REXBURG, Idaho — Half a century after the Teton Dam gave way and sent a wall of water crashing through the Upper Snake River Plain, a Rexburg native is working to ensure the stories of those who lived through the catastrophe are not forgotten.
Richard Robison was 13 years old on June 5, 1976, when the earthen dam on the Teton River failed, unleashing a torrent that flowed downstream at roughly one million cubic feet per second. The flood killed 11 people, wiped out the communities of Sugar City and Wilford entirely, and caused approximately $2 billion in damages — one of the costliest dam failures in American history.
Now, through a Substack publication he calls The Teton Letters, Robison is gathering firsthand accounts and family memories from survivors across the region, posting around a dozen stories so far with more in the pipeline.
A Childhood Memory Etched in Stone
For Robison, the disaster is not an abstract chapter in Idaho history. He was a teenager in Rexburg when word spread that the dam was giving way. “My dad got a phone call; he told us the Teton Dam was breaking,” Robison recalled. “We knew there was a wall of water coming, so me and some of the neighborhood kids climbed up on our roof.”
That image — a group of boys perched on a rooftop watching the horizon for floodwaters — captures the scale of fear that swept through the valley that morning. The collapse sent the equivalent of a small ocean surging through communities that had little time to evacuate. Sugar City and Wilford bore the worst of it, their streets, homes, and businesses scoured away by the deluge.
The disaster carried a particular personal weight for the Robison family. Richard’s uncle, Robert Robison, served as the project engineer for the Teton Dam and found himself at the center of a fierce public debate in the disaster’s immediate aftermath. He faced early blame for the failure, a burden that would have been devastating for any professional — let alone a family member of those who had lived through the flood themselves.
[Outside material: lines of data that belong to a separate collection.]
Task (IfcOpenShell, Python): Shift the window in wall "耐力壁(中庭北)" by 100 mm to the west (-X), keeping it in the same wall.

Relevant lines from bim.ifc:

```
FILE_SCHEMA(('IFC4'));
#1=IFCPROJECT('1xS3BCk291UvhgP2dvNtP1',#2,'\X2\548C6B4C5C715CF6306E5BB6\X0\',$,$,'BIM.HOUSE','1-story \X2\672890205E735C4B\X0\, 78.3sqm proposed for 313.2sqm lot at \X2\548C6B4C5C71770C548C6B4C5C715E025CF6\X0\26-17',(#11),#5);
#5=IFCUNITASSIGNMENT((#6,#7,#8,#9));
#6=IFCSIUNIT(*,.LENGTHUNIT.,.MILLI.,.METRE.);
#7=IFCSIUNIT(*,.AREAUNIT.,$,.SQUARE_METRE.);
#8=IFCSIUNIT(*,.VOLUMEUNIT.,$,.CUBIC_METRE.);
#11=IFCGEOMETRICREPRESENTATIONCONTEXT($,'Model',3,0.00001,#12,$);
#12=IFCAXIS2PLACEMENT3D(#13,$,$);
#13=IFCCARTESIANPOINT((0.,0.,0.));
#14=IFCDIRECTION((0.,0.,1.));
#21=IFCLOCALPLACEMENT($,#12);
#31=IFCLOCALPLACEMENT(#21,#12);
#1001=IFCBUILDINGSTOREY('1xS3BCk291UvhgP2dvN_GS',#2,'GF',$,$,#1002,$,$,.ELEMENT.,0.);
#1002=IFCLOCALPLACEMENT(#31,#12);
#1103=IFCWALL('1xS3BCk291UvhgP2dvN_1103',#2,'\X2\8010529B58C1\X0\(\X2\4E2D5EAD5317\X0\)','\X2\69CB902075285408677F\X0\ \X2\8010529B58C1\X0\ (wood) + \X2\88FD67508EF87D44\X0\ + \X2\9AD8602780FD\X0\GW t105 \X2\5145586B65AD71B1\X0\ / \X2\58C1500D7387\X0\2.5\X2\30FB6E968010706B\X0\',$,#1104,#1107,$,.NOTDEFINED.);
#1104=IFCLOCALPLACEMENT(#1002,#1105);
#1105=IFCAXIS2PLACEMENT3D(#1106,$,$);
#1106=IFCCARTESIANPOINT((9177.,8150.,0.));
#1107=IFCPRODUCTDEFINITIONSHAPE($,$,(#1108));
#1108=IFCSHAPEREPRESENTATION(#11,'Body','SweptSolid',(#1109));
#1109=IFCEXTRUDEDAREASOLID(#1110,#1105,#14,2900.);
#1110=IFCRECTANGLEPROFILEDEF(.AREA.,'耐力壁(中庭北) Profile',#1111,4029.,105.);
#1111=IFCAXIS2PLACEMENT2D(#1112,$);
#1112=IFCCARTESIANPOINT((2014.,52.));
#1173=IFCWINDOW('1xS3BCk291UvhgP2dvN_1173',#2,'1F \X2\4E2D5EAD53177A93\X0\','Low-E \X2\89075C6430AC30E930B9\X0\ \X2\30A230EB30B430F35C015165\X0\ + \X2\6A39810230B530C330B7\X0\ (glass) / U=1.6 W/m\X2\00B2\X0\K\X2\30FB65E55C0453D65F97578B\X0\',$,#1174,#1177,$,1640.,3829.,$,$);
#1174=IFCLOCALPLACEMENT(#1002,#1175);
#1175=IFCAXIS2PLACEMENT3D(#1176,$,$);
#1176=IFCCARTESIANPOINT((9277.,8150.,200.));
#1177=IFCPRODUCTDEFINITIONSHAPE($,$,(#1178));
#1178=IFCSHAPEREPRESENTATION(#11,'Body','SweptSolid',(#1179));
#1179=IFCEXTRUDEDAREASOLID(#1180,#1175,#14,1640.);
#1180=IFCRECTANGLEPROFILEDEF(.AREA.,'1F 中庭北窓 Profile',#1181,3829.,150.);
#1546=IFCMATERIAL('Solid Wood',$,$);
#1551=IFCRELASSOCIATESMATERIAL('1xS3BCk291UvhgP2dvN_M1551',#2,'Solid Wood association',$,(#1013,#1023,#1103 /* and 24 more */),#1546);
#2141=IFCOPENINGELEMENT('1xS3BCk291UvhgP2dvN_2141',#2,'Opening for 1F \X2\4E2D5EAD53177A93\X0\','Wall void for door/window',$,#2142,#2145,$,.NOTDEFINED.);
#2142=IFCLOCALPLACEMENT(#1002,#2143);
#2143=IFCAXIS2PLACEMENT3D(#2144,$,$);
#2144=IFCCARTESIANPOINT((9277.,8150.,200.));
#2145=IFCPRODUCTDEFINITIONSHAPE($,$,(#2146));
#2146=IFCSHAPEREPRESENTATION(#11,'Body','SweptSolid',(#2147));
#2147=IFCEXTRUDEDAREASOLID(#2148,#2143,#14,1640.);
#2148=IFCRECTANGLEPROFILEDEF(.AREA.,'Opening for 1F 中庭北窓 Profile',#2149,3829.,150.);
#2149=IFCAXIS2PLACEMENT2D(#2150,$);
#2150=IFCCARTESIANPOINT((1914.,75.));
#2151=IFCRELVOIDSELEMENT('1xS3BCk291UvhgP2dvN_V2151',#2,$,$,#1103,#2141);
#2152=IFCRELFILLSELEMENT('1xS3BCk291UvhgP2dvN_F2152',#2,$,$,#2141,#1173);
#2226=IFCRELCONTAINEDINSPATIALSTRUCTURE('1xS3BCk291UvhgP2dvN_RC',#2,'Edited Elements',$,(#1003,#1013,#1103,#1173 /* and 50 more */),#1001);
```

```python
import ifcopenshell
import ifcopenshell.api.geometry
import ifcopenshell.util.placement

model = ifcopenshell.open("bim.ifc")

window = model.by_guid("1xS3BCk291UvhgP2dvN_1173")
opening = window.FillsVoids[0].RelatingOpeningElement
wall = opening.VoidsElements[0].RelatingBuildingElement

wall_matrix = ifcopenshell.util.placement.get_local_placement(wall.ObjectPlacement)
shift = wall_matrix[:3, 0] * -100.0
before = ifcopenshell.util.placement.get_local_placement(window.ObjectPlacement)[:3, 3].copy()

# The window is not placed relative to its opening, so move both.
for product in (opening, window):
    matrix = ifcopenshell.util.placement.get_local_placement(product.ObjectPlacement)
    matrix[:3, 3] += shift
    ifcopenshell.api.geometry.edit_object_placement(model, product=product, matrix=matrix, is_si=False)

after = ifcopenshell.util.placement.get_local_placement(window.ObjectPlacement)[:3, 3]
print("window moved by", (after - before).round(3) + 0.0)

model.write("bim_v2.ifc")
```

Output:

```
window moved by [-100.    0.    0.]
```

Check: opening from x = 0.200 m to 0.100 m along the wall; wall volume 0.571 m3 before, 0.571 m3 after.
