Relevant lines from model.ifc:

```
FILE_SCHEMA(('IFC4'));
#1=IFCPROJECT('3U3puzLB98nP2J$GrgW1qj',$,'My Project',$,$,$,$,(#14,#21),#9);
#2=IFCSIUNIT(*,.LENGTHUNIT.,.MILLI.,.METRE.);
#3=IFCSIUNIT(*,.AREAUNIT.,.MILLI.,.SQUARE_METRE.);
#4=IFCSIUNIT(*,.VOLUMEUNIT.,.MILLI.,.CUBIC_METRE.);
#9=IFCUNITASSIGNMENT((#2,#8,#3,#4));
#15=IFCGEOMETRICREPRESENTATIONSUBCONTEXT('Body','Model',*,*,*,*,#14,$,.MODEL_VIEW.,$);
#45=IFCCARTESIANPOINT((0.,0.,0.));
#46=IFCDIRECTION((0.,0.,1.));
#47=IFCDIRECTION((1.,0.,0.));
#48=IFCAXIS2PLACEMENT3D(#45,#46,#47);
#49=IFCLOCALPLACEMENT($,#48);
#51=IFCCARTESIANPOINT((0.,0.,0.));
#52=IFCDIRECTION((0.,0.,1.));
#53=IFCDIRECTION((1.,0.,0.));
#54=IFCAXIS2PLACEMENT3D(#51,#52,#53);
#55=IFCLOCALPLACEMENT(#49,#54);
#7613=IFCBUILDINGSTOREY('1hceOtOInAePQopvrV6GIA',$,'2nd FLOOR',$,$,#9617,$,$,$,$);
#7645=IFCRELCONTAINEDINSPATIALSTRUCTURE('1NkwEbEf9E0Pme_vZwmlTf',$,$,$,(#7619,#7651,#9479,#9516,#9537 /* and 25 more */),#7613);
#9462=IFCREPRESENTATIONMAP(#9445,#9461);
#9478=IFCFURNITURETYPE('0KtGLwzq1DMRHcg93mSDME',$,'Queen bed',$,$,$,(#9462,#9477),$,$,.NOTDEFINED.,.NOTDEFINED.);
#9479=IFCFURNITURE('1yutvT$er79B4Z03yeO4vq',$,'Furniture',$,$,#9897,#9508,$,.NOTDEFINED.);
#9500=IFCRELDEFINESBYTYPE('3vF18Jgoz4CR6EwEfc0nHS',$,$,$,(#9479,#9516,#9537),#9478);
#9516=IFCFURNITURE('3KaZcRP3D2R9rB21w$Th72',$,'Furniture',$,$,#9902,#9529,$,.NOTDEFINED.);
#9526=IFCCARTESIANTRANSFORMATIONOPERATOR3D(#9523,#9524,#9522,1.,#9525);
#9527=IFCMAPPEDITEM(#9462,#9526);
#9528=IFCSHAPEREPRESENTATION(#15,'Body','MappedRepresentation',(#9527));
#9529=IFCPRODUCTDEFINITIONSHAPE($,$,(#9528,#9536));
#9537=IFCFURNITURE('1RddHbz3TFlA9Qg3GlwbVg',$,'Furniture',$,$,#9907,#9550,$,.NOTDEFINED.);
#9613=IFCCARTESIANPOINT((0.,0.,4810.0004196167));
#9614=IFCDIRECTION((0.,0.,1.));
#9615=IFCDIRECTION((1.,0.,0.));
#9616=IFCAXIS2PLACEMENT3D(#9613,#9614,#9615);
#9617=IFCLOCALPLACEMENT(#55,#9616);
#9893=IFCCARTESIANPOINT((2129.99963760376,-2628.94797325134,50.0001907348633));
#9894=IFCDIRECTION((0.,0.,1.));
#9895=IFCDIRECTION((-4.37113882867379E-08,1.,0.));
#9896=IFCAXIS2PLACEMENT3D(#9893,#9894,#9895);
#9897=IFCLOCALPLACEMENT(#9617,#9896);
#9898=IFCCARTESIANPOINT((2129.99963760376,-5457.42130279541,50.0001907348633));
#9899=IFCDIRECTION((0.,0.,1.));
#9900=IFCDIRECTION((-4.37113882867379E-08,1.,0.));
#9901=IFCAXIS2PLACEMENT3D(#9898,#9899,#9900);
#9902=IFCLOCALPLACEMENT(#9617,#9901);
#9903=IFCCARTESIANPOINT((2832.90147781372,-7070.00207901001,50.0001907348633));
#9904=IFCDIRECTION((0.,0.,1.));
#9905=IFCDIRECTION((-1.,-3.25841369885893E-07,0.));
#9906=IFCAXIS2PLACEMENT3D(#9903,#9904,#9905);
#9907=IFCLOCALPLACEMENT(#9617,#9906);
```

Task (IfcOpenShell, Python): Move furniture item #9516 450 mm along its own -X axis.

```python
import ifcopenshell
import ifcopenshell.api.geometry
import ifcopenshell.util.placement
import ifcopenshell.util.unit

model = ifcopenshell.open("model.ifc")
unit_scale = ifcopenshell.util.unit.calculate_unit_scale(model)

item = model.by_guid("3KaZcRP3D2R9rB21w$Th72")
matrix = ifcopenshell.util.placement.get_local_placement(item.ObjectPlacement)
matrix[:3, 3] -= matrix[:3, 0] * 0.45 / unit_scale
ifcopenshell.api.geometry.edit_object_placement(model, product=item, matrix=matrix, is_si=False)

print(ifcopenshell.util.placement.get_local_placement(item.ObjectPlacement).round(3) + 0.0)

model.write("model_edited.ifc")
```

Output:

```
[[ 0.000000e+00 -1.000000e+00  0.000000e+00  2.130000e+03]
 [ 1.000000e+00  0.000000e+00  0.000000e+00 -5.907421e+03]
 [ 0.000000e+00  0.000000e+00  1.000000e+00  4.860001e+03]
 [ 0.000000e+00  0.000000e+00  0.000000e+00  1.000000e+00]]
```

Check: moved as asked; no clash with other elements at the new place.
Subsequent investigation, however, cleared Robert Robison of responsibility. Investigators determined that the fault lay in the dam’s design phase, not in its construction. Specifically, the design failed to incorporate engineering concepts that were considered standard practice at the time. Robert Robison was ultimately exonerated, but the experience underscored how catastrophic failures rarely have simple explanations — and how quickly blame can fall on individuals before the full picture emerges.
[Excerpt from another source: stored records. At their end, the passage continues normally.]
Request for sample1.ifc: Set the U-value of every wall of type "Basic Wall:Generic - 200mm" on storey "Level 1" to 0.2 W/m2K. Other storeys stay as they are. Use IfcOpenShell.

First a look at what the model holds.

```python
import ifcopenshell
import ifcopenshell.util.element

model = ifcopenshell.open("sample1.ifc")
print(model.schema)
storey = next(s for s in model.by_type("IfcBuildingStorey") if s.Name == "Level 1")
walls = [e for e in ifcopenshell.util.element.get_decomposition(storey) if e.is_a("IfcWall")]
seen = {}
for e in walls:
    element_type = ifcopenshell.util.element.get_type(e)
    key = (element_type.Name if element_type != e and element_type else None, ifcopenshell.util.element.get_pset(e, "Pset_WallCommon", "ThermalTransmittance"))
    seen[key] = seen.get(key, 0) + 1
for (name, value), count in sorted(seen.items(), key=str):
    print(count, "x", name, "|", value)
```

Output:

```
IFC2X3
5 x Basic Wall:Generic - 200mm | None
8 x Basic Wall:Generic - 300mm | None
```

```python
import ifcopenshell
import ifcopenshell.api.pset
import ifcopenshell.util.element

model = ifcopenshell.open("sample1.ifc")

storey = next(s for s in model.by_type("IfcBuildingStorey") if s.Name == "Level 1")
walls = [e for e in ifcopenshell.util.element.get_decomposition(storey) if e.is_a("IfcWall")]

count = 0
for e in walls:
    element_type = ifcopenshell.util.element.get_type(e)
    if element_type in (None, e) or element_type.Name != "Basic Wall:Generic - 200mm":
        continue
    # add_pset returns the element's existing set when there is one.
    pset = ifcopenshell.api.pset.add_pset(model, product=e, name="Pset_WallCommon")
    ifcopenshell.api.pset.edit_pset(model, pset=pset, properties={"ThermalTransmittance": 0.2})
    count += 1

print(count, "walls updated")

model.write("sample1_edited.ifc")
```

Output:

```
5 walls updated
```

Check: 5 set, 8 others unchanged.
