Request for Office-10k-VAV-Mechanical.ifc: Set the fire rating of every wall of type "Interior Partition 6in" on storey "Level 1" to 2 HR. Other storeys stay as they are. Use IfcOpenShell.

First a look at what the model holds.

```python
import ifcopenshell
import ifcopenshell.util.element

model = ifcopenshell.open("Office-10k-VAV-Mechanical.ifc")
print(model.schema)
storey = next(s for s in model.by_type("IfcBuildingStorey") if s.Name == "Level 1")
walls = [e for e in ifcopenshell.util.element.get_decomposition(storey) if e.is_a("IfcWall")]
seen = {}
for e in walls:
    element_type = ifcopenshell.util.element.get_type(e)
    key = (element_type.Name if element_type != e and element_type else None, ifcopenshell.util.element.get_pset(e, "Pset_WallCommon", "FireRating"))
    seen[key] = seen.get(key, 0) + 1
for (name, value), count in sorted(seen.items(), key=str):
    print(count, "x", name, "|", value)
```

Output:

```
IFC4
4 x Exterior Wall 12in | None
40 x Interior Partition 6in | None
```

```python
import ifcopenshell
import ifcopenshell.api.pset
import ifcopenshell.util.element

model = ifcopenshell.open("Office-10k-VAV-Mechanical.ifc")

storey = next(s for s in model.by_type("IfcBuildingStorey") if s.Name == "Level 1")
walls = [e for e in ifcopenshell.util.element.get_decomposition(storey) if e.is_a("IfcWall")]

count = 0
for e in walls:
    element_type = ifcopenshell.util.element.get_type(e)
    if element_type in (None, e) or element_type.Name != "Interior Partition 6in":
        continue
    # add_pset returns the element's existing set when there is one.
    pset = ifcopenshell.api.pset.add_pset(model, product=e, name="Pset_WallCommon")
    ifcopenshell.api.pset.edit_pset(model, pset=pset, properties={"FireRating": "2 HR"})
    count += 1

print(count, "walls updated")

model.write("Office-10k-VAV-Mechanical_rev.ifc")
```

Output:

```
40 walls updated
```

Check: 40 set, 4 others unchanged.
For more historical context on the Teton Dam failure and other significant moments in East Idaho’s past, see our earlier feature: Crashed Trucks, Stolen Safes, and the Teton Dam Collapse: A Week in East Idaho History.
Ordinary People, Extraordinary Circumstances
Among the stories Robison has shared on The Teton Letters is an account featuring Elaine Robinson, a Relief Society president who organized care for displaced residents from a Texaco gas station lot in the aftermath of the flooding. Her story reflects a broader pattern that emerges repeatedly in disaster accounts — communities pulling together, neighbors helping strangers, and local leaders stepping into roles no one anticipated.
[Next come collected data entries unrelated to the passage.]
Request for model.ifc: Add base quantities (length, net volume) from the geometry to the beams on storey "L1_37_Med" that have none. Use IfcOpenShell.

First a look at what the model holds.

```python
import ifcopenshell
import ifcopenshell.util.element
import ifcopenshell.util.unit

model = ifcopenshell.open("model.ifc")
print(model.schema)
for unit_type in ("LENGTHUNIT", "AREAUNIT", "VOLUMEUNIT"):
    print(unit_type, ifcopenshell.util.unit.calculate_unit_scale(model, unit_type))
storey = next(s for s in model.by_type("IfcBuildingStorey") if s.Name == "L1_37_Med")
beams = [e for e in ifcopenshell.util.element.get_decomposition(storey) if e.is_a("IfcBeam")]
for e in sorted(beams, key=lambda e: e.id()):
    print(e.id(), e.is_a(), e.Name, list(ifcopenshell.util.element.get_psets(e, qtos_only=True)), sep=" | ")
```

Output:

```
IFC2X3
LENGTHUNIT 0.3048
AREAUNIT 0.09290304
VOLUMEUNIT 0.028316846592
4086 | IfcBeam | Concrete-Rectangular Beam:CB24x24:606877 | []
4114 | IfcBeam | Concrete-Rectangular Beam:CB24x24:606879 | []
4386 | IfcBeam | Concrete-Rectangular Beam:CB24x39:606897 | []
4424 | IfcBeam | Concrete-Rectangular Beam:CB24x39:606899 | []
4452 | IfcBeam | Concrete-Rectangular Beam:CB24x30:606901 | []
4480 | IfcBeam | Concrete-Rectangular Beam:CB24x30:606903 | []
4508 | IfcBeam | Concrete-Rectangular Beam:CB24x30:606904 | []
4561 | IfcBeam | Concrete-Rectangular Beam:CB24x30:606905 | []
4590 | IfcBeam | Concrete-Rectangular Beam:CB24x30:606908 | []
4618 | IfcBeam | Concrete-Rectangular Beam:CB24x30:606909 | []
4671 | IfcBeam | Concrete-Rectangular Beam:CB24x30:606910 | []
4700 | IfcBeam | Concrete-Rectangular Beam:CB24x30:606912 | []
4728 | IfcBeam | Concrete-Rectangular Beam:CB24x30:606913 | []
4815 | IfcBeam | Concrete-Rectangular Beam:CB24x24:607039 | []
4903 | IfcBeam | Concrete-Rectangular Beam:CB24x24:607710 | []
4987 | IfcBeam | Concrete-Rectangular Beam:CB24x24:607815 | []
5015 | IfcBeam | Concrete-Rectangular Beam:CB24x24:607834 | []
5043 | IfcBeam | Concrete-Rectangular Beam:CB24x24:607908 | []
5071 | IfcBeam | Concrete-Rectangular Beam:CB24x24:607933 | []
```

```python
import ifcopenshell
import ifcopenshell.api.pset
import ifcopenshell.geom
import ifcopenshell.util.element
import ifcopenshell.util.shape
import ifcopenshell.util.unit

model = ifcopenshell.open("model.ifc")
unit_scale = ifcopenshell.util.unit.calculate_unit_scale(model)
volume_scale = ifcopenshell.util.unit.calculate_unit_scale(model, "VOLUMEUNIT")
settings = ifcopenshell.geom.settings()

storey = next(s for s in model.by_type("IfcBuildingStorey") if s.Name == "L1_37_Med")
beams = [e for e in ifcopenshell.util.element.get_decomposition(storey) if e.is_a("IfcBeam")]

for e in sorted(beams, key=lambda e: e.id()):
    if ifcopenshell.util.element.get_psets(e, qtos_only=True, should_inherit=False):
        continue
    # Geometry comes back in metres, in the element's own axes.
    shape = ifcopenshell.geom.create_shape(settings, e)
    values = {
        "Length": ifcopenshell.util.shape.get_max_xyz(shape.geometry) / unit_scale,
        "NetVolume": ifcopenshell.util.shape.get_volume(shape.geometry) / volume_scale,
    }
    qto = ifcopenshell.api.pset.add_qto(model, product=e, name="BaseQuantities")
    ifcopenshell.api.pset.edit_qto(model, qto=qto, properties=values)
    print(e.id(), {k: round(v, 3) for k, v in values.items()})

model.write("model_updated.ifc")
```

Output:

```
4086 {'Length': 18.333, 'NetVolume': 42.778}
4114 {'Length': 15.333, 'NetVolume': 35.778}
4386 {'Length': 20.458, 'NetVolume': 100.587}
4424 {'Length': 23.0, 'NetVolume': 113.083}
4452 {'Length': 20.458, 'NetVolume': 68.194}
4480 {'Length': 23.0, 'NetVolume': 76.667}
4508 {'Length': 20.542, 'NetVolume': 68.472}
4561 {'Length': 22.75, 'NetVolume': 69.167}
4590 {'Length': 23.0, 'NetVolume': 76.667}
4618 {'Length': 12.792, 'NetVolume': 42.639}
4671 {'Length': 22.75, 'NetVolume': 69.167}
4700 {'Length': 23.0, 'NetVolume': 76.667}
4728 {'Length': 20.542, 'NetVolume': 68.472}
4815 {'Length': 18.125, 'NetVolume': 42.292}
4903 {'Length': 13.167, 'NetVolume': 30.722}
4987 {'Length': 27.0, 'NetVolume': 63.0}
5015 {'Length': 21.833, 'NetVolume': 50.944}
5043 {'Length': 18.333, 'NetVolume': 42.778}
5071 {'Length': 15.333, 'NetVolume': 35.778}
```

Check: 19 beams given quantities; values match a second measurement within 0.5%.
Robison’s project arrives as East Idaho marks the 50th anniversary of the collapse, a milestone that has brought renewed attention to the 1976 disaster and its lasting imprint on communities throughout Bonneville, Madison, and Fremont counties. The flood reshaped the physical landscape and left a generational memory that residents say still surfaces in family conversations decades later.
The Teton Dam was a Bureau of Reclamation project intended to provide irrigation water and flood control for the Upper Snake River Plain. Its failure prompted national reviews of dam safety standards and influenced federal engineering policy for years afterward.
What Comes Next
Robison has indicated that additional stories are forthcoming on The Teton Letters, with the project continuing to grow as more survivors and their descendants share their recollections. As the 50th anniversary year continues, preservation efforts like his serve as a reminder that major infrastructure disasters leave human legacies long after the floodwaters recede and the rebuilding is complete. Residents and descendants with connections to the 1976 disaster are encouraged to seek out community preservation projects and local historical societies in Bonneville County and the broader East Idaho region to ensure those accounts endure for future generations.